Brent Haskins / Applied AI
AI Agents Fail When You Build Them Backwards — Here's the Product-First Fix
As of May 2026, the AI agent landscape is littered with projects that ship a fancy demo but fail in production. The root cause isn't model quality — it's building bottom-up from components rather than top-down from product requirements. This post argues that the fix is treating architecture as a requirement-driven process, encoded in a DESIGN.md that acts as the contract between product intent and agent behavior. Drawing from system design guides, production postmortems, and the emerging DESIGN.md pattern, it shows how product engineers can flip the approach and ship agents that actually work.
The short answer
Most AI agent projects fail in production not because the model isn't powerful enough, but because the architecture was built backwards. Teams start by choosing components — vector stores, function-calling frameworks, memory modules — then compose them into a system that mostly works for a demo but consistently falls apart on real user tasks. The reason is simple and avoidable: the architecture wasn't derived from what the product needed to prove.
Building top-down means starting with the product requirement — "this agent must prove a mortgage pre-approval with 98% accuracy under 10 seconds" — and letting that constraint define every architectural choice: which retrieval method, which tool granularity, where to add human-in-the-loop boundaries. The AI System Design Guide and the DESIGN.md pattern both point to the same shift: encode product logic as a system contract before writing a single agent loop. The teams that get this right are the ones that treat architecture as a requirement-driven process, not a technology selection exercise.
Key takeaways
- Bottom-up architecture (build components first, compose later) is the leading cause of production agent failure, not model quality.
- Top-down derivation starts with a specific, testable product requirement and lets it drive every component decision.
- DESIGN.md is emerging as the practical artifact to encode these requirements — brand rules, accessibility checks, latency budgets — and serve as the contract for both engineers and AI agents.
- The hardest part isn't designing the agent — it's saying no to components that don't serve the requirement. That's product discipline.

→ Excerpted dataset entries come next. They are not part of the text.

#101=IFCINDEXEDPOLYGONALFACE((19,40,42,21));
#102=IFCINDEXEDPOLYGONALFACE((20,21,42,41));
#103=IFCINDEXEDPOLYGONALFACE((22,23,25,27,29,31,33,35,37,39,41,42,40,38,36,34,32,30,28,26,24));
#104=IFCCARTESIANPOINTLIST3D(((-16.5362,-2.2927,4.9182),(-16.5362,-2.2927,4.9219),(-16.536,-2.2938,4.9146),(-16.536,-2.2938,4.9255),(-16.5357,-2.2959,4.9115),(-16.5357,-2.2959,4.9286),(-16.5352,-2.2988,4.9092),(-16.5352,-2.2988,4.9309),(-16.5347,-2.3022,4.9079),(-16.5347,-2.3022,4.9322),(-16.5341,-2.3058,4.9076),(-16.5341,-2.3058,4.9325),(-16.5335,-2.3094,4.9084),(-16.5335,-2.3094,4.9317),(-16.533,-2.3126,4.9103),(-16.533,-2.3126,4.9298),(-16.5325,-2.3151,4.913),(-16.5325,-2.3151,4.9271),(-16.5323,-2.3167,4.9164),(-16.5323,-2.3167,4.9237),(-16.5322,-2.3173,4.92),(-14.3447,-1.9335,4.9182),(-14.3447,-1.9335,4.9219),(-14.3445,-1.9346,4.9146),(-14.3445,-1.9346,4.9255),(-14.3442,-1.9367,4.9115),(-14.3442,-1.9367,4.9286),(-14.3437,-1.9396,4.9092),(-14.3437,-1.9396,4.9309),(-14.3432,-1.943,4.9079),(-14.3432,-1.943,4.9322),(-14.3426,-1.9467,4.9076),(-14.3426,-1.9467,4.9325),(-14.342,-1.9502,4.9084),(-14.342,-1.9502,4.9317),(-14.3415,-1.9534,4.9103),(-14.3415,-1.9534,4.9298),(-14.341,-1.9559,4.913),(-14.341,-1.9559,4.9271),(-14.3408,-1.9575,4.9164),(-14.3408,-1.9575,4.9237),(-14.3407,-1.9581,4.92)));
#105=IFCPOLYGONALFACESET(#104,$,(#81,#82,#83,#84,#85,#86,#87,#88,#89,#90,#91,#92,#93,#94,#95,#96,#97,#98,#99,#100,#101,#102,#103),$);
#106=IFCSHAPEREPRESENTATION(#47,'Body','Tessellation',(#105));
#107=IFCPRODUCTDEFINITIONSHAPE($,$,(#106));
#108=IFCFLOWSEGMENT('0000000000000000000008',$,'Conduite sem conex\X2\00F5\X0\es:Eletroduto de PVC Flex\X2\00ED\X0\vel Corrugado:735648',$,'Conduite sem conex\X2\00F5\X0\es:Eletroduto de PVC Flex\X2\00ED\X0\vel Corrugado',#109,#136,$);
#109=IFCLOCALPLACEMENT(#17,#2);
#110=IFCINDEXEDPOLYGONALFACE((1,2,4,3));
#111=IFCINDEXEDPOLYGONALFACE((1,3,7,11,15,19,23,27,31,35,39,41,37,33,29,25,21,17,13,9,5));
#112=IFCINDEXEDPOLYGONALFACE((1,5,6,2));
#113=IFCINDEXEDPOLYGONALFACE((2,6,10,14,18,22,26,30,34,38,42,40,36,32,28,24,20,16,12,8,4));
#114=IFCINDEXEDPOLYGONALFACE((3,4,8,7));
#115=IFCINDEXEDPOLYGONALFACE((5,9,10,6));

- Evaluation suites must be derived from the same requirements, not written after the fact to justify the architecture.
- Teams that invest in this upfront architecture definition ship agents that survive scaling, not just demos.
The Real Problem: Bottom-Up Architecture
The postmortem in "Most AI Agents Fail in Production Because They’re Built Backwards" nails it: "Components were designed first, evaluated on their own, and then composed in order to implement the desired functionality." This is the classic engineering trap — it feels productive because you're shipping code, but you're actually building a system whose emergent behavior you can't predict or control.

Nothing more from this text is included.